* _SUPPLIED DATA_:
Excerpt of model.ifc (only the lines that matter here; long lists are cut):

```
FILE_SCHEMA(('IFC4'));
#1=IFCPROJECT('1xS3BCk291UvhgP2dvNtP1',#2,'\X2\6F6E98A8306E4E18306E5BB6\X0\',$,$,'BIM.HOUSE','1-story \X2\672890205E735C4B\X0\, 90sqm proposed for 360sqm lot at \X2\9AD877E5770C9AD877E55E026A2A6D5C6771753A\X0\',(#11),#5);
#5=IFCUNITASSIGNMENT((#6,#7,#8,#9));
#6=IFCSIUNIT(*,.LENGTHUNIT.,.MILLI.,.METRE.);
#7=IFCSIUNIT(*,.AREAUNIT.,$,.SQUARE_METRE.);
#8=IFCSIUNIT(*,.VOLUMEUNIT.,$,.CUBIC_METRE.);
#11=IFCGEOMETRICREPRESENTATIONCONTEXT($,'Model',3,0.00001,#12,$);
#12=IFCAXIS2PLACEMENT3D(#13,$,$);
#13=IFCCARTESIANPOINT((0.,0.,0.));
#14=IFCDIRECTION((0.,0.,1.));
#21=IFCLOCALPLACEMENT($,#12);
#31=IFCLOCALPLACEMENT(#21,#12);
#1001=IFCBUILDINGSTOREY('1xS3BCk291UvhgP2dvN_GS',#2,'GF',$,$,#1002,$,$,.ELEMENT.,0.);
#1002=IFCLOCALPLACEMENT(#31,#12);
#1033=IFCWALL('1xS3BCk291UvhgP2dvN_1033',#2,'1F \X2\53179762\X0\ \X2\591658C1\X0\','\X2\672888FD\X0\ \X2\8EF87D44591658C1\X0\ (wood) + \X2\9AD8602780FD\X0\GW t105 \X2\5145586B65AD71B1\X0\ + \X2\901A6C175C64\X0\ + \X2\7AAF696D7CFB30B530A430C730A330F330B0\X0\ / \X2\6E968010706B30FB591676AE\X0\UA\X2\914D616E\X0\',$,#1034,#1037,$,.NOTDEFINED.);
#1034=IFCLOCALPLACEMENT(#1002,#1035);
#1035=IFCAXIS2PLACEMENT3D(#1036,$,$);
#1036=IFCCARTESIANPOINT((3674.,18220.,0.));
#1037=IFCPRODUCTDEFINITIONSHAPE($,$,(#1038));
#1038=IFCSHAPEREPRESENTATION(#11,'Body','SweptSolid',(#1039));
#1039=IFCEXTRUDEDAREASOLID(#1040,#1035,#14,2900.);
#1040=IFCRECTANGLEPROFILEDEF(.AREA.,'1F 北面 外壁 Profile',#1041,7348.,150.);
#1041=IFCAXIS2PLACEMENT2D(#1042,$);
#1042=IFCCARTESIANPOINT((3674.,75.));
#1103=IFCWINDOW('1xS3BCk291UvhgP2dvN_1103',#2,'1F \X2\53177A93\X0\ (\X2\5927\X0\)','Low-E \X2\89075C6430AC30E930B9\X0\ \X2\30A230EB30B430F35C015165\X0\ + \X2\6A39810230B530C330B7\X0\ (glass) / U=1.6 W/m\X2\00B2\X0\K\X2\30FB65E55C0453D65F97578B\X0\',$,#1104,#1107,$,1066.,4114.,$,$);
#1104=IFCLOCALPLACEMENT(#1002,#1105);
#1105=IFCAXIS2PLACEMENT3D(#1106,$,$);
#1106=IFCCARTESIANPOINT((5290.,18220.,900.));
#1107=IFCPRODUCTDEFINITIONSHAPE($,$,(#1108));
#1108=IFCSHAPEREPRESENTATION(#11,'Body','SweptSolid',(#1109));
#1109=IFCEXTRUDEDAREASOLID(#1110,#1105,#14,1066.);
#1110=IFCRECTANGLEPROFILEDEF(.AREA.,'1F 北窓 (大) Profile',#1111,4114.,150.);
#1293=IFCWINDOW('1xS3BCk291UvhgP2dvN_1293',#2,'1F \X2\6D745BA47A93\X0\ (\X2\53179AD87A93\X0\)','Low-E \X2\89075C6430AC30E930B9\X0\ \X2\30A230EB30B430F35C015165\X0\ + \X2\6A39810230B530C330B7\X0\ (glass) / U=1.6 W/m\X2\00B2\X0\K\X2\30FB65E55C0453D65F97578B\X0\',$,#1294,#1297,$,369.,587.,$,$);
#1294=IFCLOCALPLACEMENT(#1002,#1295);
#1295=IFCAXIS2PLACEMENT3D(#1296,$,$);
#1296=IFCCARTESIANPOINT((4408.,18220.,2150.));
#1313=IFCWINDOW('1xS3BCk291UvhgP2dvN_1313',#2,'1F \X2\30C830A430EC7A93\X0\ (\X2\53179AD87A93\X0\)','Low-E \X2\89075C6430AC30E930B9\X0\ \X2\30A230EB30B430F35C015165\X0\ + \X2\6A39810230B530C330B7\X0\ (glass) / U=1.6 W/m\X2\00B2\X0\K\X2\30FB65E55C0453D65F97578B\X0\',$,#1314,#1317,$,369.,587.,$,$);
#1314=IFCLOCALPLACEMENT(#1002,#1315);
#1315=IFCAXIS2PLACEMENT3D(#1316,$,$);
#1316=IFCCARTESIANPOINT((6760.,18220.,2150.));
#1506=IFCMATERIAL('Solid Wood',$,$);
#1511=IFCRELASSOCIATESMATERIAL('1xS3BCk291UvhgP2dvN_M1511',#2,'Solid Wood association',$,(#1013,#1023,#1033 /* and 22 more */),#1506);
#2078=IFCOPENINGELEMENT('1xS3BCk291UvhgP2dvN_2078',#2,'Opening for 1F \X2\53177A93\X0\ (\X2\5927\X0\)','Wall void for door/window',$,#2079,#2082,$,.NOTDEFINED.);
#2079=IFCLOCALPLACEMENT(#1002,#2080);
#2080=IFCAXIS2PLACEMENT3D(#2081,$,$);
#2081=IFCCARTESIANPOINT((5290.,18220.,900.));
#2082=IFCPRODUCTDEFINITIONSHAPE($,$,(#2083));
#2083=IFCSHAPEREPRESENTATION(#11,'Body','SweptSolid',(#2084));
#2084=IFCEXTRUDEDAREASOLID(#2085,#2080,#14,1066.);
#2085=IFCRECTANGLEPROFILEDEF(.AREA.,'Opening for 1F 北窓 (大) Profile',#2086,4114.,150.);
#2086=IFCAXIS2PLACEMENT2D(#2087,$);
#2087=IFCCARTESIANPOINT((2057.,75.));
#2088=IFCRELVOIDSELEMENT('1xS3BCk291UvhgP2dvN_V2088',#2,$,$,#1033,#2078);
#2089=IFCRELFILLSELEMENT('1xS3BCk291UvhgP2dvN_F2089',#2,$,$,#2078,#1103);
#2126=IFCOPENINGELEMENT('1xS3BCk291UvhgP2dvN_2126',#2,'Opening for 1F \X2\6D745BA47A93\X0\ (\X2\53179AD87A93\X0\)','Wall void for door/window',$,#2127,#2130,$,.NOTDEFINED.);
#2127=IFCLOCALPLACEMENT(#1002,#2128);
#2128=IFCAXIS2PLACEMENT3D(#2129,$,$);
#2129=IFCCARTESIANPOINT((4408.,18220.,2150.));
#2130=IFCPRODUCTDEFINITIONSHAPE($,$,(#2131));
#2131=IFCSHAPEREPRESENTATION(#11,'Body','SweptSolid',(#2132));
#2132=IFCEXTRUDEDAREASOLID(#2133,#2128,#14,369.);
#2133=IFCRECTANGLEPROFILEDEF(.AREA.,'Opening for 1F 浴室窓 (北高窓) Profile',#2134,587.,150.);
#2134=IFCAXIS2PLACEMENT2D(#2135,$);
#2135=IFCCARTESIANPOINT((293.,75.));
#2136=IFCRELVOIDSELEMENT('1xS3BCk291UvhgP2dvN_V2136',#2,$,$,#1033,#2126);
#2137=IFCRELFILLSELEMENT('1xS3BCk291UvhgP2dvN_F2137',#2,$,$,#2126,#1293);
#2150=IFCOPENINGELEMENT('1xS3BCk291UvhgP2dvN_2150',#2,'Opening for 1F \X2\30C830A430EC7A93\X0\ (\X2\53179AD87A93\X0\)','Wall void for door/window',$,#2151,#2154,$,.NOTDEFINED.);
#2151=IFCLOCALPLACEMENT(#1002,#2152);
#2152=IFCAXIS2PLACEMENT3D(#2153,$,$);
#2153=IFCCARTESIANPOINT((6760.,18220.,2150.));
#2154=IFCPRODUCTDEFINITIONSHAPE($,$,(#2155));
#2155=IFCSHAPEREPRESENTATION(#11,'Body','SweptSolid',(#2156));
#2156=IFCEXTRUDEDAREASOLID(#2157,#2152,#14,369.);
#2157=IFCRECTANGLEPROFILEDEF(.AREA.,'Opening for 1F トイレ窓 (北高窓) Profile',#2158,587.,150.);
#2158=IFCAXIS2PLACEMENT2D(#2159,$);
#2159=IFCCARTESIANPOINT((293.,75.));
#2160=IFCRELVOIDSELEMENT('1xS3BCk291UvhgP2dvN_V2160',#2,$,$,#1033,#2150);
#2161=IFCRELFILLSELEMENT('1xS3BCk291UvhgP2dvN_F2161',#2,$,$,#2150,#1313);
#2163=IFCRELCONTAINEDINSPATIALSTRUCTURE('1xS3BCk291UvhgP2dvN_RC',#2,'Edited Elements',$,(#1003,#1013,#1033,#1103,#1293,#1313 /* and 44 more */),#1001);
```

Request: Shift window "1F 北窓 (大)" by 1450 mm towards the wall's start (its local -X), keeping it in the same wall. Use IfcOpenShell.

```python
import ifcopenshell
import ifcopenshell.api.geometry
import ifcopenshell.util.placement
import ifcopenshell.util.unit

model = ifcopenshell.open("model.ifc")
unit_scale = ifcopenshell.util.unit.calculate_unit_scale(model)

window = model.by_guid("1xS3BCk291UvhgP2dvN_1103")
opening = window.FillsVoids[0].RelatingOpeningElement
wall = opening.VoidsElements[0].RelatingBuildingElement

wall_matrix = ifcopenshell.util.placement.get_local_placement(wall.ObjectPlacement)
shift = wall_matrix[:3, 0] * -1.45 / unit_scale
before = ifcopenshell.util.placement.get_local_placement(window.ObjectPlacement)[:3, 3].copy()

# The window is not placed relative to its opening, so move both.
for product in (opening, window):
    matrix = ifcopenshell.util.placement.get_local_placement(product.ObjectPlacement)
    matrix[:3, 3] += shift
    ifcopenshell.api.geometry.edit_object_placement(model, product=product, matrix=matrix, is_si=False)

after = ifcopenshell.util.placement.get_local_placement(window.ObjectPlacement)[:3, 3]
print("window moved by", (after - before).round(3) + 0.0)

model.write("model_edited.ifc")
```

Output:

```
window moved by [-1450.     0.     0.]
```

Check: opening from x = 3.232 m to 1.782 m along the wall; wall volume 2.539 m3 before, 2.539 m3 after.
==
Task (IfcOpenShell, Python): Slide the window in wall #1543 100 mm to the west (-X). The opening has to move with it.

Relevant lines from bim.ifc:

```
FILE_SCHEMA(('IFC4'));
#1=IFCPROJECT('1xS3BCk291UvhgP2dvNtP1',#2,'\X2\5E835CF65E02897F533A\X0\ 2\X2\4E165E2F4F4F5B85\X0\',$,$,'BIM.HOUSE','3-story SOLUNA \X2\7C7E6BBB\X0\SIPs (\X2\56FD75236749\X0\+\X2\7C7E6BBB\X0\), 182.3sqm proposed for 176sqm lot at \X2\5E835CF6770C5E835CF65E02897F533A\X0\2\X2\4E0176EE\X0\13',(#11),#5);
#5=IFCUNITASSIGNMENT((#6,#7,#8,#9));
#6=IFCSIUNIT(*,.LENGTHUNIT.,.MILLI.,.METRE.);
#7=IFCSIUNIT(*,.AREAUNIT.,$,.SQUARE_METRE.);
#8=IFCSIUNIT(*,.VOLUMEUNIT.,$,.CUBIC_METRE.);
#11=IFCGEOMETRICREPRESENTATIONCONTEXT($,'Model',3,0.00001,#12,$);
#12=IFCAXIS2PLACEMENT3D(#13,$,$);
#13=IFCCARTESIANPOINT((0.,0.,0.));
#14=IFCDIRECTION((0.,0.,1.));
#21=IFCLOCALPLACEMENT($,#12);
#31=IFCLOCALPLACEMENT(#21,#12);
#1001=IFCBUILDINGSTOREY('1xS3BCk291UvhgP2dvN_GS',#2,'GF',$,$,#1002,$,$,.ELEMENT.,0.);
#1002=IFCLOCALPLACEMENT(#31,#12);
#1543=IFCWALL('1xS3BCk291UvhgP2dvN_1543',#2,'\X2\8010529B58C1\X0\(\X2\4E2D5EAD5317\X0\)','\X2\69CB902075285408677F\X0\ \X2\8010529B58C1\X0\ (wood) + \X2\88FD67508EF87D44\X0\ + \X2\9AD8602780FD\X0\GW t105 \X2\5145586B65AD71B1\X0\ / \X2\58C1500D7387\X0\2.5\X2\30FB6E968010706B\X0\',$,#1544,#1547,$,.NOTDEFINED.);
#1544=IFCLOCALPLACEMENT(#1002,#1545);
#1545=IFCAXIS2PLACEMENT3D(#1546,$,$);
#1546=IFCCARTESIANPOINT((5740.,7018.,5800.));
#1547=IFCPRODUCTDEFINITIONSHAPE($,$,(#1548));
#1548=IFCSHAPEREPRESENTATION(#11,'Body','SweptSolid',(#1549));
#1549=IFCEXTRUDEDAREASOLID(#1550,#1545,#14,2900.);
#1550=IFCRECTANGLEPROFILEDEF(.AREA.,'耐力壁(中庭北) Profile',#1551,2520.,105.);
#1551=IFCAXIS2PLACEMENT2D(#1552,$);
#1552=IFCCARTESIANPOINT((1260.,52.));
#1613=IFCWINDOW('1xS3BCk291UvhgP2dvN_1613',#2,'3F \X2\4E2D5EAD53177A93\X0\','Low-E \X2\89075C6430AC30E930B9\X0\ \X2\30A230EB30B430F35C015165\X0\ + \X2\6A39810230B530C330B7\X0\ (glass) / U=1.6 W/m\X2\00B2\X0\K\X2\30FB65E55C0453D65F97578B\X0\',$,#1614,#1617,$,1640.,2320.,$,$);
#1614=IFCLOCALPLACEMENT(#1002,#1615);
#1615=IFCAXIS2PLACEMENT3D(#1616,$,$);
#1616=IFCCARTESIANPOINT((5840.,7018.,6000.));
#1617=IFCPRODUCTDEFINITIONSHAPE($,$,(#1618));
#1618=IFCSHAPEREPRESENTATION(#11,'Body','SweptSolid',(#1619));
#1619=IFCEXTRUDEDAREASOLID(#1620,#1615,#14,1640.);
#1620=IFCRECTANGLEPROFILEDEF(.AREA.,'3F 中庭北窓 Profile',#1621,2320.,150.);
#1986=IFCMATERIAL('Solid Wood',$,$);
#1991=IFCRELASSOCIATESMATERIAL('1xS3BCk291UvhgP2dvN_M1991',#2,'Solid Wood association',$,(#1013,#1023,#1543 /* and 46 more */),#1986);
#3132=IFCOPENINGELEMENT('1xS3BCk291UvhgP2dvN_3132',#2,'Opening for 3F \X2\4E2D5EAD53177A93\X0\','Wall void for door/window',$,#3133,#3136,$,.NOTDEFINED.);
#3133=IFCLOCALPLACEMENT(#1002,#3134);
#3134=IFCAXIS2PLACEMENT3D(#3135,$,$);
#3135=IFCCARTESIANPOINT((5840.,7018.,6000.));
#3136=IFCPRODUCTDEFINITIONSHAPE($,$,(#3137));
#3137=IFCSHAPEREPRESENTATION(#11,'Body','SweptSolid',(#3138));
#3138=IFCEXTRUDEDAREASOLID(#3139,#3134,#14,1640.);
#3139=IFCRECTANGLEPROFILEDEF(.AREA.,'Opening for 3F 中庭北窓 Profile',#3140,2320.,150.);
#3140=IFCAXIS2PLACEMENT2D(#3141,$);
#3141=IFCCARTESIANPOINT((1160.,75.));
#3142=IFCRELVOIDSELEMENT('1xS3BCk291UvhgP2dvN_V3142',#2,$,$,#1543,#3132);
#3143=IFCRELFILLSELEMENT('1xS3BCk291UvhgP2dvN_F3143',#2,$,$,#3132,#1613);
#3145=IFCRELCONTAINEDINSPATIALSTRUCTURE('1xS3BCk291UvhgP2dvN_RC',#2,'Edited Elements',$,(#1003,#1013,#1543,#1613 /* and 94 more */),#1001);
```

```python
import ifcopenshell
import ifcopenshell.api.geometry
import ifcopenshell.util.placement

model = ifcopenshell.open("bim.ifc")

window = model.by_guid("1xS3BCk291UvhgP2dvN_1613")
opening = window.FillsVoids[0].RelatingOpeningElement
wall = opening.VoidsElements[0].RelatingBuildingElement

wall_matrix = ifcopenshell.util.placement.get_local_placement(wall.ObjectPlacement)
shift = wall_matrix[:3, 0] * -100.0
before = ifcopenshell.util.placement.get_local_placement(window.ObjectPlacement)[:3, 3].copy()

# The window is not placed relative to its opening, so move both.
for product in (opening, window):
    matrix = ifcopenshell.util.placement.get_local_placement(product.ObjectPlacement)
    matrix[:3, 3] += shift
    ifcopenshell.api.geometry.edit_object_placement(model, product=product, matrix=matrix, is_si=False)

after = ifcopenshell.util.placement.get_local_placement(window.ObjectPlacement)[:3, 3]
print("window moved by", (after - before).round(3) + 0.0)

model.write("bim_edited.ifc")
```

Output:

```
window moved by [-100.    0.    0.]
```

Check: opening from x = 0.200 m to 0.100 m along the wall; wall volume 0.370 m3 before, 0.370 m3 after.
---
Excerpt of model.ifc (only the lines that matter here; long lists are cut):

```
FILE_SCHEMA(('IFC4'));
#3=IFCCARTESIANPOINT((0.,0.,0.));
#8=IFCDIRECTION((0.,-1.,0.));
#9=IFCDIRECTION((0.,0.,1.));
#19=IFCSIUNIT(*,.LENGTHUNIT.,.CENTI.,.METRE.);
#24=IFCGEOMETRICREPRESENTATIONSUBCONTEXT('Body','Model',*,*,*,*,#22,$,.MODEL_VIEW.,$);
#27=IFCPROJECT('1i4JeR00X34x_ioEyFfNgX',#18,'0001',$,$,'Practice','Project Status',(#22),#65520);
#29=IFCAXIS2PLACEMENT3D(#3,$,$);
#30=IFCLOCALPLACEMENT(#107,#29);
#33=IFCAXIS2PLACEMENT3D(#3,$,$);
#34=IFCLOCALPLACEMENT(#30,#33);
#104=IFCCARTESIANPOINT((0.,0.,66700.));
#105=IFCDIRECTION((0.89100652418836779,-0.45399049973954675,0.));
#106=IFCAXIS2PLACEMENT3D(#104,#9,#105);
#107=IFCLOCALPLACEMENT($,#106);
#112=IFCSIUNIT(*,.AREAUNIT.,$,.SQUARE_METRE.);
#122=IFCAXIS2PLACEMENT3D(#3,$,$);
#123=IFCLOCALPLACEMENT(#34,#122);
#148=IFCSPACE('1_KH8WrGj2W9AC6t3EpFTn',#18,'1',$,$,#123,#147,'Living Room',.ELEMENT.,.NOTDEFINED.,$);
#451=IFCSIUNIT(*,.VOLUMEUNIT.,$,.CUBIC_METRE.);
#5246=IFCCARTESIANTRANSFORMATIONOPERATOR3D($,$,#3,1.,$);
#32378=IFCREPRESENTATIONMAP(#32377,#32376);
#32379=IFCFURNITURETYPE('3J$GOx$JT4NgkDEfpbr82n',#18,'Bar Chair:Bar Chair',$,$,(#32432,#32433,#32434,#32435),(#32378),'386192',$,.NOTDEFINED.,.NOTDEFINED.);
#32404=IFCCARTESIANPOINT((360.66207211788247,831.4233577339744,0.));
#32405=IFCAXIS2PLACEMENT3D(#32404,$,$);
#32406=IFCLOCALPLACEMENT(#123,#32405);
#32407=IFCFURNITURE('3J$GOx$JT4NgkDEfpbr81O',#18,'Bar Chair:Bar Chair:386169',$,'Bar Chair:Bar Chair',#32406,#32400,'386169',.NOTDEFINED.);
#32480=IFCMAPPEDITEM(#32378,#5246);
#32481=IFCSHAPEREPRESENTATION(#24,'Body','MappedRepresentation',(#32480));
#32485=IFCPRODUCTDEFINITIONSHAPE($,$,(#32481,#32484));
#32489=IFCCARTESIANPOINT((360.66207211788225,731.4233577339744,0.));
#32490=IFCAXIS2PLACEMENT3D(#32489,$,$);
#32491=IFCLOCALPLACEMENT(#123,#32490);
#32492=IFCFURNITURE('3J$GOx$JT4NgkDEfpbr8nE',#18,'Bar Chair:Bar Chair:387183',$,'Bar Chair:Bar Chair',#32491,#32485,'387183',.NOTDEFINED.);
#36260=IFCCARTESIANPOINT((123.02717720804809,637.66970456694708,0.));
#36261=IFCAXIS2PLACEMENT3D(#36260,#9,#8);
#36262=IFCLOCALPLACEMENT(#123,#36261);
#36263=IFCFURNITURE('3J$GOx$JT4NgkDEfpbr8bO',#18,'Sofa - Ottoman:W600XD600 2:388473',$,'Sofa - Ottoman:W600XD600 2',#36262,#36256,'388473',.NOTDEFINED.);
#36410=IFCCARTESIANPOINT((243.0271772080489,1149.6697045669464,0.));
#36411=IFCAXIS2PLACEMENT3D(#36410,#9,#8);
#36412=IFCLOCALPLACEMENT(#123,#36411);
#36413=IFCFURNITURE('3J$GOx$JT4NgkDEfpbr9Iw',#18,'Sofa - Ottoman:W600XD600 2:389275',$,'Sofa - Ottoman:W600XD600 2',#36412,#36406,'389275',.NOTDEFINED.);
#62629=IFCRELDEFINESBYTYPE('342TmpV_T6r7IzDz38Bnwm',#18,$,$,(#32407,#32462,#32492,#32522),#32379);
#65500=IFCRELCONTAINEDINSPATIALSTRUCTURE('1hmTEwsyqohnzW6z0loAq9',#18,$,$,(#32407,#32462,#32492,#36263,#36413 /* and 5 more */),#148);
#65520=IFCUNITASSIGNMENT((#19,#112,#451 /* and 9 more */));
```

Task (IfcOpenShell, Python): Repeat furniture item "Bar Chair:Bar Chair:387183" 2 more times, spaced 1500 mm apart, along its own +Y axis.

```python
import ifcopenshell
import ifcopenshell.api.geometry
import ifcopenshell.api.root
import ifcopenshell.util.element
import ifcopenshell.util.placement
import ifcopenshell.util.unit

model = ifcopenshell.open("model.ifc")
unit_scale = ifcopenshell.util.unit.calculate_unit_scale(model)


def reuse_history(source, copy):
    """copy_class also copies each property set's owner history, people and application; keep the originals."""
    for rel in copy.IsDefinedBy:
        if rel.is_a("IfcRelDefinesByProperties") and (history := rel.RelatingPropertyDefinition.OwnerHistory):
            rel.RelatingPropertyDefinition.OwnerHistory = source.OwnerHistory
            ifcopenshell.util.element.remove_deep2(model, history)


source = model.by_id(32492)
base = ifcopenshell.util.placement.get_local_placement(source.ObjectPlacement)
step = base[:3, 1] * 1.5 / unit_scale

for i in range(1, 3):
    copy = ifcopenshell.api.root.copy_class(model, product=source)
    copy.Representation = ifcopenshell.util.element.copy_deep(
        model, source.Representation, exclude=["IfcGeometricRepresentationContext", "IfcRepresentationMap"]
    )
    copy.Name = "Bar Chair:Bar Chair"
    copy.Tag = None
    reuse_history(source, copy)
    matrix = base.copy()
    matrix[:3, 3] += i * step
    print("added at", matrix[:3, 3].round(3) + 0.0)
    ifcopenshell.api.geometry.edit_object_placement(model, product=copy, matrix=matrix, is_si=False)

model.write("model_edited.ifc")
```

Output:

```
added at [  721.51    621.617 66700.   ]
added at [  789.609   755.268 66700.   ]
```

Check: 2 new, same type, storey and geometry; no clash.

* _DIRECTIONS_:
When a line in the records holds the string "from", copy that line.

* _SOLUTION TO THE EXERCISE_:
Check: opening from x = 3.232 m to 1.782 m along the wall; wall volume 2.539 m3 before, 2.539 m3 after.
Relevant lines from bim.ifc:
Check: opening from x = 0.200 m to 0.100 m along the wall; wall volume 0.370 m3 before, 0.370 m3 after.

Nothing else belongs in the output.